熱田神宮の門前で商いをしていることもあり、新谷さん家族は昔から熱田さんへの参拝を欠かすことはないと言う。熱田神宮の敷地は広く、社や森など見どころは点在しているが、中でも新谷さんが好きなスポットは、「こころの小径」と名付けられた細い道なのだとか。神楽殿に向かって右側に案内板があり、そこから入っていく。

熱田神宮の境内には公開されていない一之御前神社(いちのみさきじんじゃ)があった。平成24年(2012年)、創祀1900年の遷宮の折りに一般参拝が可能となり、この「こころの小径」を通って行くことができる。泉の湧く小川があったり、深い森林の風景を味わったり。ここが名古屋の街中であることを忘れさせるような場所なのだとか。
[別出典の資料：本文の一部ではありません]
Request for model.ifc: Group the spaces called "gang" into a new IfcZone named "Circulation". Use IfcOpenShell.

First a look at what the model holds.

```python
import ifcopenshell

model = ifcopenshell.open("model.ifc")
print(model.schema)
seen = {}
for space in model.by_type("IfcSpace"):
    seen[space.LongName] = seen.get(space.LongName, 0) + 1
for name, count in sorted(seen.items(), key=str):
    print(count, "x", name)
print("zones:", [z.Name for z in model.by_type("IfcZone")][:20])
```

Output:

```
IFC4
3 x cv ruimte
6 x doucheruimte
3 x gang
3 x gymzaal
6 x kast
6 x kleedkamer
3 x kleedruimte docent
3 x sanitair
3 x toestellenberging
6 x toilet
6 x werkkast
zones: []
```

```python
import ifcopenshell
import ifcopenshell.api.group
import ifcopenshell.api.root

model = ifcopenshell.open("model.ifc")

names = {"gang"}
spaces = [s for s in model.by_type("IfcSpace") if s.LongName in names]

zone = ifcopenshell.api.root.create_entity(model, ifc_class="IfcZone", name="Circulation")
ifcopenshell.api.group.assign_group(model, products=spaces, group=zone)
print(len(spaces), "spaces in", zone.Name)

model.write("model_v2.ifc")
```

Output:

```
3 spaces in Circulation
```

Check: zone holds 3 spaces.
熱田神宮には毎月1日(1月・5月・6月・11月除く)に「朔日市」(ついたちいち)が立つ。きよめ餅をはじめ、熱田近辺の和菓子屋やお茶屋などが協力して作る「熱田宮餅」が販売されており、毎月多くの人で賑わっている。「熱田さんの門前で和菓子屋をさせてもらっているので、熱田さんへの気持ちを表そうということで始まったのが朔日市です。熱田さんあっての、きよめ餅です」と新谷さん。熱田さんへの感謝の気持ちが伝わる一言だった。

熱田神宮まで出かけたら、こころの小径を散策し、心が整ったところで、帰りはきよめ餅で“和菓子道”を極めることといたしましょう。